*Raw data*:

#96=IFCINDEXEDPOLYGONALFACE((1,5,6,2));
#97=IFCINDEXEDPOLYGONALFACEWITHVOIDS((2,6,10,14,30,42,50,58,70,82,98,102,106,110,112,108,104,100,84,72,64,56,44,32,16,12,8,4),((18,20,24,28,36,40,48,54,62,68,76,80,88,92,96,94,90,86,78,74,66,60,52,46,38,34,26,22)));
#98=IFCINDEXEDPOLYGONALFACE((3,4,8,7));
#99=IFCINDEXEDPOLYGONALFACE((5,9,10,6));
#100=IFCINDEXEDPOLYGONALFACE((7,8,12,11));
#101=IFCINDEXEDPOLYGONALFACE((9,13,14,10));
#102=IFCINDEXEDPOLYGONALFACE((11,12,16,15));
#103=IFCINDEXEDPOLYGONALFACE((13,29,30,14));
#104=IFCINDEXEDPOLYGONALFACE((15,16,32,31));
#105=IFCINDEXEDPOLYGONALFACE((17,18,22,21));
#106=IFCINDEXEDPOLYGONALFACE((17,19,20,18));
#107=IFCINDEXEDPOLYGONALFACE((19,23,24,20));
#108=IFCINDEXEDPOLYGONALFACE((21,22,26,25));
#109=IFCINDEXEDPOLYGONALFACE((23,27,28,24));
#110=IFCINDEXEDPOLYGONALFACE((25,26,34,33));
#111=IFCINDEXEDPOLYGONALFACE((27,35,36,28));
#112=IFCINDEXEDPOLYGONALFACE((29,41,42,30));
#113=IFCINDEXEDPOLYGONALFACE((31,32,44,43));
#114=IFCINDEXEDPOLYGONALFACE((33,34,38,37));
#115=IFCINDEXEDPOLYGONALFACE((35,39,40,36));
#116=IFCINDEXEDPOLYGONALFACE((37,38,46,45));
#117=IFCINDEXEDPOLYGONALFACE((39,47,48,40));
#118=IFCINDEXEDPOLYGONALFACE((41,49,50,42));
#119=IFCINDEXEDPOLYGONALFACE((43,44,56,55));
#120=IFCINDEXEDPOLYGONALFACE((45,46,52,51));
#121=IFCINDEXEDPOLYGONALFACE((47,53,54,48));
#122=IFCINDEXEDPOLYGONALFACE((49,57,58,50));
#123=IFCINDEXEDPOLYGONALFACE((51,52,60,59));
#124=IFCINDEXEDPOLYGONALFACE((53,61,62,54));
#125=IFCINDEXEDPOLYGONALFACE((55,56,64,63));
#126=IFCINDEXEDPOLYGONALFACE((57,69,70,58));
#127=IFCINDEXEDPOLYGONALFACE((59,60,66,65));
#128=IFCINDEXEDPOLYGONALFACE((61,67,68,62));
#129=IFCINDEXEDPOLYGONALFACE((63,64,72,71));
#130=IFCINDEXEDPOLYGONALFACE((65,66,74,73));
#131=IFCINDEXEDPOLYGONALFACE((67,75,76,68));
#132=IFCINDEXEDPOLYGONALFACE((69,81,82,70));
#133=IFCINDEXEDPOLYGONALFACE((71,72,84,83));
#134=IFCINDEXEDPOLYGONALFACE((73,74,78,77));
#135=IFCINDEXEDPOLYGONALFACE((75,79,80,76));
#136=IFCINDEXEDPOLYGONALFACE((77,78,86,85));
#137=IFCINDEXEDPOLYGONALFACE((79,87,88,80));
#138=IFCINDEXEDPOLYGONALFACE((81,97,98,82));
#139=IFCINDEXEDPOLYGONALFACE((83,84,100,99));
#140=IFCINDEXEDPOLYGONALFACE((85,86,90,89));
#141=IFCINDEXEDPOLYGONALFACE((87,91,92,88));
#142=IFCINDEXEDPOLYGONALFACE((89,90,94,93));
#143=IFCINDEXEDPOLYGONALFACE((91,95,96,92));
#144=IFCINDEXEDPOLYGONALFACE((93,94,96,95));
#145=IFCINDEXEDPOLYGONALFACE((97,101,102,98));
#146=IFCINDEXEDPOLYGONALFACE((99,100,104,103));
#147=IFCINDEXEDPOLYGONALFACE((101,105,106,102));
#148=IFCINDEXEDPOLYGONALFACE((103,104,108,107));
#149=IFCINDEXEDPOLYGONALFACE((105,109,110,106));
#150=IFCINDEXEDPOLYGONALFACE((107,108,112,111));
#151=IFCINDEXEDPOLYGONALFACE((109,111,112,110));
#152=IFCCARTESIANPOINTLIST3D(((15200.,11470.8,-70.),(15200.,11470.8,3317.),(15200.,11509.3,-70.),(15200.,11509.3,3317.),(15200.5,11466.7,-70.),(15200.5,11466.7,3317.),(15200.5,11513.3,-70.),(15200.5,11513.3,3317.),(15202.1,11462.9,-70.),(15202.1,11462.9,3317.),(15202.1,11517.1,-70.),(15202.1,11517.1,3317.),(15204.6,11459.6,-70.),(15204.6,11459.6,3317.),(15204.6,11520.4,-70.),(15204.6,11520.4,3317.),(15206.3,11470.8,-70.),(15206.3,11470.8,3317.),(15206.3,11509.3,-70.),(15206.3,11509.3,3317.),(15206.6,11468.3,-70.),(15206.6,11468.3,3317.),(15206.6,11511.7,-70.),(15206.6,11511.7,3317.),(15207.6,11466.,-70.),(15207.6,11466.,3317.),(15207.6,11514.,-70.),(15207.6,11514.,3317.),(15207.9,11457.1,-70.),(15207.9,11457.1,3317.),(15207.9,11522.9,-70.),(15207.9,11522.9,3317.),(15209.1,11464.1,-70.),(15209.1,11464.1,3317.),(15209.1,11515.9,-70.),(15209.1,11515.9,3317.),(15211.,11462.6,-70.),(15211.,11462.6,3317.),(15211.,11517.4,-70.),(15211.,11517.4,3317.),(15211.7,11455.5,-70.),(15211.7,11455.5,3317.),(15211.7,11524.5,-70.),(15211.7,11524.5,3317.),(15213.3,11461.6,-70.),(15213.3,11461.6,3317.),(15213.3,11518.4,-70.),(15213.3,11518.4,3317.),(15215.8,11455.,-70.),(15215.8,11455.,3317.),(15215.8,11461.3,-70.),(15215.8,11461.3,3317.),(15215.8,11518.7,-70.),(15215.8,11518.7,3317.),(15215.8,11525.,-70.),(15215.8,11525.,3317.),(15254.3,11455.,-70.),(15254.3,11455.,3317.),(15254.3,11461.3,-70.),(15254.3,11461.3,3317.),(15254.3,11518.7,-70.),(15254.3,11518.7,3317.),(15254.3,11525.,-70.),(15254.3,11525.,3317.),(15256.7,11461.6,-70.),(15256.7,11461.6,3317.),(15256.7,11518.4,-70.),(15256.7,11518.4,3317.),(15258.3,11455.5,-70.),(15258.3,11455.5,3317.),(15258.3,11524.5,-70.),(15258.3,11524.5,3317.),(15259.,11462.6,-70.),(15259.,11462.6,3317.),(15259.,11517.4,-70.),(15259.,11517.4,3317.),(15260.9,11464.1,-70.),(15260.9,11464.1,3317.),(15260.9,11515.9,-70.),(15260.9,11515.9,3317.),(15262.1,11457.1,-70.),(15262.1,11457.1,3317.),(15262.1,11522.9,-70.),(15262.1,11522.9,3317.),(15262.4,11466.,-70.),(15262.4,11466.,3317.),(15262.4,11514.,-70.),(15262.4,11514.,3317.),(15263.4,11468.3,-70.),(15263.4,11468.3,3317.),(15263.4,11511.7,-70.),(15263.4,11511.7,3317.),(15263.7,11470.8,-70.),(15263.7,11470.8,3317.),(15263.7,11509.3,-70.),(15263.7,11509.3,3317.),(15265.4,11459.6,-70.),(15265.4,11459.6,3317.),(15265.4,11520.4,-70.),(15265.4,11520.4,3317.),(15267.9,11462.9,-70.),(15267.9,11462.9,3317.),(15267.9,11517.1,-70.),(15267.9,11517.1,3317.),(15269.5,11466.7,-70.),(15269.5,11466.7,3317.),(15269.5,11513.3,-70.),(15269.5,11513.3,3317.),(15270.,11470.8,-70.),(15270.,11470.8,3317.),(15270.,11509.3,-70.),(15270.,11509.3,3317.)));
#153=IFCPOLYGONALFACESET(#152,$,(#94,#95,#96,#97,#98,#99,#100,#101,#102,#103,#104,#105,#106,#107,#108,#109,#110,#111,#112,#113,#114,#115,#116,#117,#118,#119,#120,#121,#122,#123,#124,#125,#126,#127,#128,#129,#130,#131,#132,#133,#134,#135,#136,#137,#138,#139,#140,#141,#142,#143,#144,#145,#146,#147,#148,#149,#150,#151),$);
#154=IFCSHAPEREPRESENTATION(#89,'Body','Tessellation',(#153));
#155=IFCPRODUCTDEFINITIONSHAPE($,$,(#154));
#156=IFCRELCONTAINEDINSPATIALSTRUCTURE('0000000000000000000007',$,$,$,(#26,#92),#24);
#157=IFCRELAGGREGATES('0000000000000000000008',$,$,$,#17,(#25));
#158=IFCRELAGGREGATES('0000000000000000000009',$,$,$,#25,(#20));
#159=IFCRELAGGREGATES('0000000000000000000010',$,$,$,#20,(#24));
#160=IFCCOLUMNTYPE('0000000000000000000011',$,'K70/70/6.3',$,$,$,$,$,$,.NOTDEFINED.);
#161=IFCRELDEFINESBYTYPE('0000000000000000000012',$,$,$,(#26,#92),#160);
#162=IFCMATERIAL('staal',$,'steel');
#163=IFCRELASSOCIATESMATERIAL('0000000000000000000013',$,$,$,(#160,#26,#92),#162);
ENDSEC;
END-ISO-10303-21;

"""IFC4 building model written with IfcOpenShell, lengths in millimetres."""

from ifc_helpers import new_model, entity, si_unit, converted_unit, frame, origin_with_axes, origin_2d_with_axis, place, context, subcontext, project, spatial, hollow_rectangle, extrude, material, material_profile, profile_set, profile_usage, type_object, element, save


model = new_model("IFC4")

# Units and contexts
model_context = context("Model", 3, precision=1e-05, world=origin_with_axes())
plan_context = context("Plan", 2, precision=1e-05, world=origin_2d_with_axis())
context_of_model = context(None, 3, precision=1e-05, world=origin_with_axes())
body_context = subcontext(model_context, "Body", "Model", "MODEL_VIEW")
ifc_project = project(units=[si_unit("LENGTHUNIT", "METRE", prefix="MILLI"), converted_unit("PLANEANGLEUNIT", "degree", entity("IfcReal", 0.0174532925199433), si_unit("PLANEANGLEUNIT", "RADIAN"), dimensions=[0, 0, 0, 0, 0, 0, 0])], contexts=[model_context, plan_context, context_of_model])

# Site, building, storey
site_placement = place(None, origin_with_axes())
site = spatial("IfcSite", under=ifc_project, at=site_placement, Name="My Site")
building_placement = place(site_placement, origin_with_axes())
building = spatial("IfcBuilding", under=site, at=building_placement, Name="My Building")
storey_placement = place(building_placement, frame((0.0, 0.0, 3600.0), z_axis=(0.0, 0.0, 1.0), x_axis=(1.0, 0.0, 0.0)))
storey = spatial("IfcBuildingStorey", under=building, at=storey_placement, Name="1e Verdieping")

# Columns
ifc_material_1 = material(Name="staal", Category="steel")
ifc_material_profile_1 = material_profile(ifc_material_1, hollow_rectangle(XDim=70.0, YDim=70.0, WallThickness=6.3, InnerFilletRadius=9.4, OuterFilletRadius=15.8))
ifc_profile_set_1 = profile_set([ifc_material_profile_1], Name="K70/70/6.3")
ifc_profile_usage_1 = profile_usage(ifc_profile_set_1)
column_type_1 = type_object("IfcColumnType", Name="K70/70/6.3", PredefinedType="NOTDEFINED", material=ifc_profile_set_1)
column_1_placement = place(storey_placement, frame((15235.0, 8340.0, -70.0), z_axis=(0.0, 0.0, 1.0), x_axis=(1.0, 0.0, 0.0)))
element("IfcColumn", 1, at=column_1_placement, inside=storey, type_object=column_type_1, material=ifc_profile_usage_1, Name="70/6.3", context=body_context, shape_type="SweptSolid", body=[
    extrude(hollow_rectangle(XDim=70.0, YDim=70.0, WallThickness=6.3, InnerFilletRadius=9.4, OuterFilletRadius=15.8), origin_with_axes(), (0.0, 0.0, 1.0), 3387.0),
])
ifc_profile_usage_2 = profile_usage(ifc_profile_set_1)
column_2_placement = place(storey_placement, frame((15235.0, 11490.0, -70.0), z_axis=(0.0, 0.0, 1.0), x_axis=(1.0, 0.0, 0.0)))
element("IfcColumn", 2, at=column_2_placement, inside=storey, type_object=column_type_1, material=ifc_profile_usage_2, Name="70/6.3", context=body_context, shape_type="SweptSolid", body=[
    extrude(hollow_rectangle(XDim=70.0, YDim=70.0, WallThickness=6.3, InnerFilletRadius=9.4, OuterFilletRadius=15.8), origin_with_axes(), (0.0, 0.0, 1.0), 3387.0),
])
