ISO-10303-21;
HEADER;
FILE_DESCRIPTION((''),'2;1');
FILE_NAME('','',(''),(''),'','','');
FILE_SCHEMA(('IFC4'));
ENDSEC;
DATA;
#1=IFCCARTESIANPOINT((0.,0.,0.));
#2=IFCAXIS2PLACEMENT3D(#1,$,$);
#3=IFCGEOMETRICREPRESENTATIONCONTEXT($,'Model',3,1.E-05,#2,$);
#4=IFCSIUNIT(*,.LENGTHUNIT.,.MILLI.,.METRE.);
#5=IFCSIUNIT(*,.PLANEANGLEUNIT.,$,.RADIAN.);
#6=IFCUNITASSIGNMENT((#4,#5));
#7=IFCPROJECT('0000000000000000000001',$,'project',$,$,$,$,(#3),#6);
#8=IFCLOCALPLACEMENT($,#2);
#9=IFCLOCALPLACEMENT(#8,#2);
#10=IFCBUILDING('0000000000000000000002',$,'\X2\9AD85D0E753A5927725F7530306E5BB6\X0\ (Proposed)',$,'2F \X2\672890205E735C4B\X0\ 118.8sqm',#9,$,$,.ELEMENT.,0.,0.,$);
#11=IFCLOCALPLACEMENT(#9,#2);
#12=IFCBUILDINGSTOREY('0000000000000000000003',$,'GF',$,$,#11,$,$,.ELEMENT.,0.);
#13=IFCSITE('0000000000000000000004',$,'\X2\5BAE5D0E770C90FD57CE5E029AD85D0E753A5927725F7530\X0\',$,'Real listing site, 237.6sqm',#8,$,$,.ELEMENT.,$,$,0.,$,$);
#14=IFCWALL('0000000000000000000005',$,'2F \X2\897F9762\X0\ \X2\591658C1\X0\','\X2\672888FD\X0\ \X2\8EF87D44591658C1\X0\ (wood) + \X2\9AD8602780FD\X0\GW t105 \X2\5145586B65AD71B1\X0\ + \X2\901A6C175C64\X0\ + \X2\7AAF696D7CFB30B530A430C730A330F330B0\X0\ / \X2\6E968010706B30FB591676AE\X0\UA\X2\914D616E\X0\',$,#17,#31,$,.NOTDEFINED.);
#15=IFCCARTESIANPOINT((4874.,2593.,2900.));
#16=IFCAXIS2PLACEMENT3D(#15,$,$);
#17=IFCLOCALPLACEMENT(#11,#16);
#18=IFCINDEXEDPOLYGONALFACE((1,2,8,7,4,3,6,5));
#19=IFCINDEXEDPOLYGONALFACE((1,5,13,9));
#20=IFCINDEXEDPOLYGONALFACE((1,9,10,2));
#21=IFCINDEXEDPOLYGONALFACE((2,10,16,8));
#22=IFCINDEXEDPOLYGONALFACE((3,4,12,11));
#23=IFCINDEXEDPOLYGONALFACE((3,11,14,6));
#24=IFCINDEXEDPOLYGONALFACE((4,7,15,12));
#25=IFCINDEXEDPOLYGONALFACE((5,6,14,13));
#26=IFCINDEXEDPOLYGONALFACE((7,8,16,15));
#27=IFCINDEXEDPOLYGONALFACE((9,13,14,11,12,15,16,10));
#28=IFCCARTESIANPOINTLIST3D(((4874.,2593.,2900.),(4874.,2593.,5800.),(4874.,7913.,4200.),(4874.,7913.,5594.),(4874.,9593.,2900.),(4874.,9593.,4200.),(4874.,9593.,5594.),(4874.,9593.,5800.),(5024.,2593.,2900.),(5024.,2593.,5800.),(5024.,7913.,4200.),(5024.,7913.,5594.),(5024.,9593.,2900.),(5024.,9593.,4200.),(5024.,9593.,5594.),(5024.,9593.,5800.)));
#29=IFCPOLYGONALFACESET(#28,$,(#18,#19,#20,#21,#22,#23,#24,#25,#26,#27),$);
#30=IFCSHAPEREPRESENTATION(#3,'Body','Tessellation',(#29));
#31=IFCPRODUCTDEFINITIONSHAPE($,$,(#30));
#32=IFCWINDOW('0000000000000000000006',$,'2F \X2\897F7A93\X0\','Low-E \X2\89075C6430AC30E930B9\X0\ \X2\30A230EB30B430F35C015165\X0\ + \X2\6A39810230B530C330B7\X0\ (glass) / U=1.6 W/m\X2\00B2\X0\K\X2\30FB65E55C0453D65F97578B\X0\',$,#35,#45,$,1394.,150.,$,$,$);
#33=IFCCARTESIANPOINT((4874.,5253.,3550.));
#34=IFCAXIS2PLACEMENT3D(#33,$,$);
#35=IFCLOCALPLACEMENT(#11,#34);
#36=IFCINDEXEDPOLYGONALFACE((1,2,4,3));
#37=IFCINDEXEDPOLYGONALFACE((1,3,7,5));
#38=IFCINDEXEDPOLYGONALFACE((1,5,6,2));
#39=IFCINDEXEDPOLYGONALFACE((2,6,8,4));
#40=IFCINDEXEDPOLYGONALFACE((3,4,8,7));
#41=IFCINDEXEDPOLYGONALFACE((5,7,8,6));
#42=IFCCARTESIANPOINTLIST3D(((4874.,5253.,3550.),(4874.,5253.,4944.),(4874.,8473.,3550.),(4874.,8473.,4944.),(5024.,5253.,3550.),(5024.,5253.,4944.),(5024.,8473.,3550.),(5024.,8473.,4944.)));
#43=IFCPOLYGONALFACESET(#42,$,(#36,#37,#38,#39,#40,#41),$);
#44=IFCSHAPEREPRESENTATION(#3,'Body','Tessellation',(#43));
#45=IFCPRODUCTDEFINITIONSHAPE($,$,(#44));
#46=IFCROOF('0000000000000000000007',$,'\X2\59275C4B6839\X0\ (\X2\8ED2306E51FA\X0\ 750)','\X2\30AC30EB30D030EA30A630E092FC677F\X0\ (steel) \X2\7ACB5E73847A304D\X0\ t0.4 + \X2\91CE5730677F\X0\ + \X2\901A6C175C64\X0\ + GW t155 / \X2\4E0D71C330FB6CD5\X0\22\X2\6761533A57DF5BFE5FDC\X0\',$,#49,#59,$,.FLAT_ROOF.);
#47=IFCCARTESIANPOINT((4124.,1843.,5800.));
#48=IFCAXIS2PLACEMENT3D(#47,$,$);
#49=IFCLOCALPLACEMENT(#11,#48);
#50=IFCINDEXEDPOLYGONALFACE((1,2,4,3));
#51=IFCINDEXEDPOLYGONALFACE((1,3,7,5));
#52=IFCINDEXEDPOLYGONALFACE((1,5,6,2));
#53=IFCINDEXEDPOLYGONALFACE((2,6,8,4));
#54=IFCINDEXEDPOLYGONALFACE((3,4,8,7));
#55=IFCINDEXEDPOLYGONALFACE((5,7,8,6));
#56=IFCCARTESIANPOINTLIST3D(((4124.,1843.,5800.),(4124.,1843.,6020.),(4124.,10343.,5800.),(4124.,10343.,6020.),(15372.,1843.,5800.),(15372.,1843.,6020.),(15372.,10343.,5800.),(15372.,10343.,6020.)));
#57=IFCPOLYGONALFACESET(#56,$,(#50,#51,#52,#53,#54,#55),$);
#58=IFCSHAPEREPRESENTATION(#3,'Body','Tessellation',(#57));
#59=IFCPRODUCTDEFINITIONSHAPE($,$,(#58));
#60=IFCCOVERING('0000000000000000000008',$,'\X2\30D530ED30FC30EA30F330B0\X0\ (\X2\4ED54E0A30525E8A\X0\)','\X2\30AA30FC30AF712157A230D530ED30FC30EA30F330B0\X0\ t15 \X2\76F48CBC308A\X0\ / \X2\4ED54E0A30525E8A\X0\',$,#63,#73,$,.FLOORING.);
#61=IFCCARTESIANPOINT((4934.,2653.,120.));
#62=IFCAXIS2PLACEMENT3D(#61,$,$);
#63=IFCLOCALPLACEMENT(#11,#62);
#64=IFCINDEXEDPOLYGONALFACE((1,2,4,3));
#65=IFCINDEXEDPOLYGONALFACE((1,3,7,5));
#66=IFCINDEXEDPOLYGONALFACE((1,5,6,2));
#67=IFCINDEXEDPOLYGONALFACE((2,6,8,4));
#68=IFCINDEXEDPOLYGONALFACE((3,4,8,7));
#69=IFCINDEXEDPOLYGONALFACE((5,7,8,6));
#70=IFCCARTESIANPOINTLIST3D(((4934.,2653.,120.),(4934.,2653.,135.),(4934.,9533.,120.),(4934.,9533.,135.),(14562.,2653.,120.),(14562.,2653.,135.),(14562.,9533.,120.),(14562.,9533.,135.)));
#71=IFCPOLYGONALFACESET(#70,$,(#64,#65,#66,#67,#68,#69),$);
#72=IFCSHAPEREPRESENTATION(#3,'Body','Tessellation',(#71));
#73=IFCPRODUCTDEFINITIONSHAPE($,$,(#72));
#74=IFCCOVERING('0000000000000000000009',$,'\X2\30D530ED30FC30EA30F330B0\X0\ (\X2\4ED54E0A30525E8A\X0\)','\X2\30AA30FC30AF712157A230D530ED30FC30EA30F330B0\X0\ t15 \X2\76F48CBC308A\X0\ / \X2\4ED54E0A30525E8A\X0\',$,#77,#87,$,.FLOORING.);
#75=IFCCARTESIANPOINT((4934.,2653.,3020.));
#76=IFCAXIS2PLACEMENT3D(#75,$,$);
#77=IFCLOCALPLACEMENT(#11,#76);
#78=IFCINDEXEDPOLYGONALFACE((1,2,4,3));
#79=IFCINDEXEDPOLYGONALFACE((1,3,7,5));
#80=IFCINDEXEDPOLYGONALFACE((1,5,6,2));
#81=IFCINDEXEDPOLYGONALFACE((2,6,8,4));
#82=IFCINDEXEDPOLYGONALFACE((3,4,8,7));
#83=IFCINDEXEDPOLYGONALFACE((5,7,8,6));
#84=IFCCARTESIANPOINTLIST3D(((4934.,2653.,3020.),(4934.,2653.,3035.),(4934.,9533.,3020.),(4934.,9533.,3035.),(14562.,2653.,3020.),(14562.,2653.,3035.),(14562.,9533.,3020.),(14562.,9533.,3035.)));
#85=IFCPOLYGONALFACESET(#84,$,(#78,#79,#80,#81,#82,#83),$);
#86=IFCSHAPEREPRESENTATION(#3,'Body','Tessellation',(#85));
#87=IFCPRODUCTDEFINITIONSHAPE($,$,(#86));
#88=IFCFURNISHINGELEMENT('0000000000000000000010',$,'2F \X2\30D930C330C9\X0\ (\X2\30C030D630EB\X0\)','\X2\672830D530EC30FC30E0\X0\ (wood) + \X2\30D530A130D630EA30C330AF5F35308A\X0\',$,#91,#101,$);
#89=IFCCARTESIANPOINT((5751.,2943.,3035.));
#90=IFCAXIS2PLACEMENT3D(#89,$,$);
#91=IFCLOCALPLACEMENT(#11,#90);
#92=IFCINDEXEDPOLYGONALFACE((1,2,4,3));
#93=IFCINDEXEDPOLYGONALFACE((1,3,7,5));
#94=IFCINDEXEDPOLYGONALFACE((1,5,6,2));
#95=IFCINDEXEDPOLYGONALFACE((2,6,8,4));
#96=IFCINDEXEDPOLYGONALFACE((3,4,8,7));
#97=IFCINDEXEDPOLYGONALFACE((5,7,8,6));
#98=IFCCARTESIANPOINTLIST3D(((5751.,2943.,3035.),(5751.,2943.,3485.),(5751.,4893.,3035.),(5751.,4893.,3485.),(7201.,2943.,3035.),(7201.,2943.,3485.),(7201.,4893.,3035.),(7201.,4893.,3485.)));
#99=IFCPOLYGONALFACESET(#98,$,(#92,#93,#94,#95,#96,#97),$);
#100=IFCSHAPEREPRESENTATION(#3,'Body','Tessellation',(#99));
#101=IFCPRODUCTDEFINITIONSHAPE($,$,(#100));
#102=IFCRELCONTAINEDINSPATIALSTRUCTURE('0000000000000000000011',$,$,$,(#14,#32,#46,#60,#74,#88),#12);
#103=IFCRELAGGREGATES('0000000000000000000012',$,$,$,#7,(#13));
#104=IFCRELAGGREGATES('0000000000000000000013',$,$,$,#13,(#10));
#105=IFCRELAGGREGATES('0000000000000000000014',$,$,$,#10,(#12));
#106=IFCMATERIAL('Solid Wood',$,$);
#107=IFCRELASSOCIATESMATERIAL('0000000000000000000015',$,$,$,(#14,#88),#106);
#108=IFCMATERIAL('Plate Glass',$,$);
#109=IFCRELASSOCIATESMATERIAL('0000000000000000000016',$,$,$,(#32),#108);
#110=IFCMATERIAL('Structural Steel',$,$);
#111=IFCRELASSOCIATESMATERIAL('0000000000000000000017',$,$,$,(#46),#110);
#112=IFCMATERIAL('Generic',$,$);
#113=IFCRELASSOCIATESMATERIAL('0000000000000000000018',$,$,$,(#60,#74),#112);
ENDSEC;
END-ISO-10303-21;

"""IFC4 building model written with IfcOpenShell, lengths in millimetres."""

from ifc_helpers import new_model, si_unit, frame, frame_2d, origin, place, context, project, spatial, rectangle, extrude, material, element, fill, save


model = new_model("IFC4")

# Units and contexts
model_context = context("Model", 3, precision=1e-05, world=origin())
ifc_project = project(units=[si_unit("LENGTHUNIT", "METRE", prefix="MILLI"), si_unit("PLANEANGLEUNIT", "RADIAN")], contexts=[model_context])

# Site, building, storey
site_placement = place(None, origin())
site = spatial("IfcSite", under=ifc_project, at=site_placement, Name="宮崎県都城市高崎町大牟田", ObjectType="Real listing site, 237.6sqm", CompositionType="ELEMENT", RefElevation=0.0)
building_placement = place(site_placement, origin())
building = spatial("IfcBuilding", under=site, at=building_placement, Name="高崎町大牟田の家 (Proposed)", ObjectType="2F 木造平屋 118.8sqm", CompositionType="ELEMENT", ElevationOfRefHeight=0.0, ElevationOfTerrain=0.0)
storey_placement = place(building_placement, origin())
storey = spatial("IfcBuildingStorey", under=building, at=storey_placement, Name="GF", CompositionType="ELEMENT", Elevation=0.0)

# Shared definitions
ifc_material_1 = material(Name="Solid Wood")

# Shared definitions
ifc_material_2 = material(Name="Plate Glass")

# Wall, opening, window
wall_1_placement = place(storey_placement, frame((4874.0, 2593.0, 2900.0)))
wall_1 = element("IfcWall", 1, at=wall_1_placement, inside=storey, material=ifc_material_1, Name="2F 西面 外壁", Description="木製 軸組外壁 (wood) + 高性能GW t105 充填断熱 + 通気層 + 窯業系サイディング / 準耐火・外皮UA配慮", PredefinedType="NOTDEFINED", context=model_context, shape_type="SweptSolid", body=[
    extrude(rectangle(XDim=150.0, YDim=7000.0, at=frame_2d((75.0, 3500.0))), frame((4874.0, 2593.0, 2900.0)), (0.0, 0.0, 1.0), 2900.0),
])
opening_1_placement = place(storey_placement, frame((4874.0, 5253.0, 3550.0)))
opening_1 = element("IfcOpeningElement", 2, at=opening_1_placement, cuts=wall_1, PredefinedType="NOTDEFINED", context=model_context, shape_type="SweptSolid", body=[
    extrude(rectangle(XDim=150.0, YDim=3220.0, at=frame_2d((75.0, 1610.0))), frame((4874.0, 5253.0, 3550.0)), (0.0, 0.0, 1.0), 1394.0),
])
window_1_placement = place(storey_placement, frame((4874.0, 5253.0, 3550.0)))
window_1 = element("IfcWindow", 3, at=window_1_placement, inside=storey, material=ifc_material_2, Name="2F 西窓", Description="Low-E 複層ガラス アルゴン封入 + 樹脂サッシ (glass) / U=1.6 W/m²K・日射取得型", OverallHeight=1394.0, OverallWidth=150.0, context=model_context, shape_type="SweptSolid", body=[
    extrude(rectangle(XDim=150.0, YDim=3220.0, at=frame_2d((75.0, 1610.0))), frame((4874.0, 5253.0, 3550.0)), (0.0, 0.0, 1.0), 1394.0),
])
fill(opening_1, window_1)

*Work instruction*:
All lines above from the line with "#78=IFCINDEXEDPOLYGONALFACE((1,2,4,3));" through the line with "#83=IFCINDEXEDPOLYGONALFACE((5,7,8,6));", both included, are to be set down exactly, with nothing else.

*Answer space*:
#78=IFCINDEXEDPOLYGONALFACE((1,2,4,3));
#79=IFCINDEXEDPOLYGONALFACE((1,3,7,5));
#80=IFCINDEXEDPOLYGONALFACE((1,5,6,2));
#81=IFCINDEXEDPOLYGONALFACE((2,6,8,4));
#82=IFCINDEXEDPOLYGONALFACE((3,4,8,7));
#83=IFCINDEXEDPOLYGONALFACE((5,7,8,6));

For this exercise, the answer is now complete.